The mind functions with memory, but flourishes from discovery.
“I’m sure you’ve heard it many times, but you have to discover your own truth.”
“And those books are your truth?”
“Yes.”
“You remember other lives?”
She nods. “I do. But I had help.”
“That’s why I’m here. Your books don’t go into that much detail, but you mention hypnosis.”

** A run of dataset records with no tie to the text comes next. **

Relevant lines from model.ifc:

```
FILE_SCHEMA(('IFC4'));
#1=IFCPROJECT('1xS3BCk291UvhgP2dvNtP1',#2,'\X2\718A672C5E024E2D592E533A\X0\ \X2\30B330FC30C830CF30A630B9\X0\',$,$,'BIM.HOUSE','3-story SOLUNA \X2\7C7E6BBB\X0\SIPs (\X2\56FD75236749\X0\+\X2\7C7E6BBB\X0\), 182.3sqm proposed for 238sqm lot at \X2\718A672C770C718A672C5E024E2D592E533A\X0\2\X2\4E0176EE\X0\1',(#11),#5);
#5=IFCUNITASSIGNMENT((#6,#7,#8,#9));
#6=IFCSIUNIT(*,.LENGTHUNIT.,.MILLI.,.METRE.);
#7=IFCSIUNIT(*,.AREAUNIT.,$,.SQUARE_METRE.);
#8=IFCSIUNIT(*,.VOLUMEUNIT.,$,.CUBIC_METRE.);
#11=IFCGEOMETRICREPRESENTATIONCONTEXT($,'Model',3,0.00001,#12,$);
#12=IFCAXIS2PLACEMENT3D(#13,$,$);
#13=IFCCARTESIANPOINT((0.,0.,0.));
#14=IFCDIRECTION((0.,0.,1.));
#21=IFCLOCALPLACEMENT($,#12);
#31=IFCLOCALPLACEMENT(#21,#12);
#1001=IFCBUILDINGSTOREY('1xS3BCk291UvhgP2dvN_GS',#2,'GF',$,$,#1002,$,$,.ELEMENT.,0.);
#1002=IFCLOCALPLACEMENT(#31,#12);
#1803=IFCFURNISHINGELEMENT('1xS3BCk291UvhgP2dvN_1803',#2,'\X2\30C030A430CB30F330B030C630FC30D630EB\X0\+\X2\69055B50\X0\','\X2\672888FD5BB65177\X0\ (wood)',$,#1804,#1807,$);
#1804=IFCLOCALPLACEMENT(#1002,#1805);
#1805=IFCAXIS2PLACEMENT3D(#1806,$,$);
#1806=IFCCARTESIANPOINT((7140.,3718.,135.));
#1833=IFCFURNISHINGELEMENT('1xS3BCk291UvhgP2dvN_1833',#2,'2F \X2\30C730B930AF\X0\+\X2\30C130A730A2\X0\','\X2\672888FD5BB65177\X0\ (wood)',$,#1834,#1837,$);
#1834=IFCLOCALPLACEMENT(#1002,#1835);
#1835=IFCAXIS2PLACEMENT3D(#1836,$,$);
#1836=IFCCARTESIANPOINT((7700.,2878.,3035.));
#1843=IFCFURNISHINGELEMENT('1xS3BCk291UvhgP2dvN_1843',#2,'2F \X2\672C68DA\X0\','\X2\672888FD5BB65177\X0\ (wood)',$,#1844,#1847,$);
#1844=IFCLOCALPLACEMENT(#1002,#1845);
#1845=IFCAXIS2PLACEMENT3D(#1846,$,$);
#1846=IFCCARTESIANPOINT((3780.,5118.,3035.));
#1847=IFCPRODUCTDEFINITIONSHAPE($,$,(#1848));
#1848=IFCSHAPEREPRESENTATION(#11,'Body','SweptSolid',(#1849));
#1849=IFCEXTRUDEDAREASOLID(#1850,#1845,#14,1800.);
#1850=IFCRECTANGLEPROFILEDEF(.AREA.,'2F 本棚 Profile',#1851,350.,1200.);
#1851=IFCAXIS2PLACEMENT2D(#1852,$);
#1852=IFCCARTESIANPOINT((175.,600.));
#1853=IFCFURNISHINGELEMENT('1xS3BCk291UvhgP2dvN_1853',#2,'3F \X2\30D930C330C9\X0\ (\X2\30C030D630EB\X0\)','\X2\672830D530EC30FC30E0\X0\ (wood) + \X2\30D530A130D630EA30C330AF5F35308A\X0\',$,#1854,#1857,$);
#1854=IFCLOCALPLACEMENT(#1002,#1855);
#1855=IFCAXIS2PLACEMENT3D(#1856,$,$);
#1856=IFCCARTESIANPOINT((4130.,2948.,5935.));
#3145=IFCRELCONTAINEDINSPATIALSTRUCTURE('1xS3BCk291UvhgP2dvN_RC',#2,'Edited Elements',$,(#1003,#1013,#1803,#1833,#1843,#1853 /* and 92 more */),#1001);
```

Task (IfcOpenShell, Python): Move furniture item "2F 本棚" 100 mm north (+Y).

```python
import ifcopenshell
import ifcopenshell.api.geometry
import ifcopenshell.util.placement

model = ifcopenshell.open("model.ifc")

item = model.by_guid("1xS3BCk291UvhgP2dvN_1843")
matrix = ifcopenshell.util.placement.get_local_placement(item.ObjectPlacement)
matrix[1, 3] += 100.0
ifcopenshell.api.geometry.edit_object_placement(model, product=item, matrix=matrix, is_si=False)

print(ifcopenshell.util.placement.get_local_placement(item.ObjectPlacement).round(3) + 0.0)

model.write("model_updated.ifc")
```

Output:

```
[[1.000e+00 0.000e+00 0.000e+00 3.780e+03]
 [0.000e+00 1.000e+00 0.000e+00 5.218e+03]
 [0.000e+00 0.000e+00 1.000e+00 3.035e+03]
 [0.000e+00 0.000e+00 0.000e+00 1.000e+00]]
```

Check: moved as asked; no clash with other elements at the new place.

“My mentor helped me find the details buried in my unconscious mind by using hypnosis. Your heart is, and always has been, a part of your body. Sometimes you can feel or hear it, but how many people get to see their hearts? Well, some patients who have had open-heart surgery or transplants have been shown pictures or even video of their hearts. It’s incredible, like the first time you see an x-ray of part of your body.”
“Deeper meaning.”
She smiles. “Yes. Involving more senses during the discovery process makes our understanding of something more vivid.”
“Your mentor. Can I meet him?”
“Maybe in another life.” She smiles.
“He died?”
“Three years ago.”
“Can you do hypnosis?”
“What’s this about, Nathaniel?” She leans forward, resting her arms on the desk. “Does your nanny want to be hypnotized?”
“I don’t know.”
“Ah, you’re stuck. She’s told you all she can and you want more.”
“I want her to recognize who she was over twenty years ago, not just who I was at the time. I have questions for her.”
“And by her you’re referring to your friend?”
“Yes. Her death left me with a lot of unanswered questions.”
“Do you not know how she died?”
“She drowned.”
“So what are your questions?”
“I want to know why she was at the lake by herself.”
“You want to bring forth her memory of how she died? Sounds cruel to me.”
I didn’t think of it like that. “She would relive her death?”
“It’s possible. I remembered dying in two other lifetimes. One was quick. The only thing I have from it are a few brief flashes. The other time was a slow death, and I suffered a lot.”
“Do you have nightmares about it?”
“Not anymore. It haunted me for months. So we used hypnosis to suppress those memories. Now I only know what I’ve told you. No details. No pictures in my mind. No feelings.”
My gaze shifts to the humming bird feeder outside of her window. This isn’t what I wanted to hear.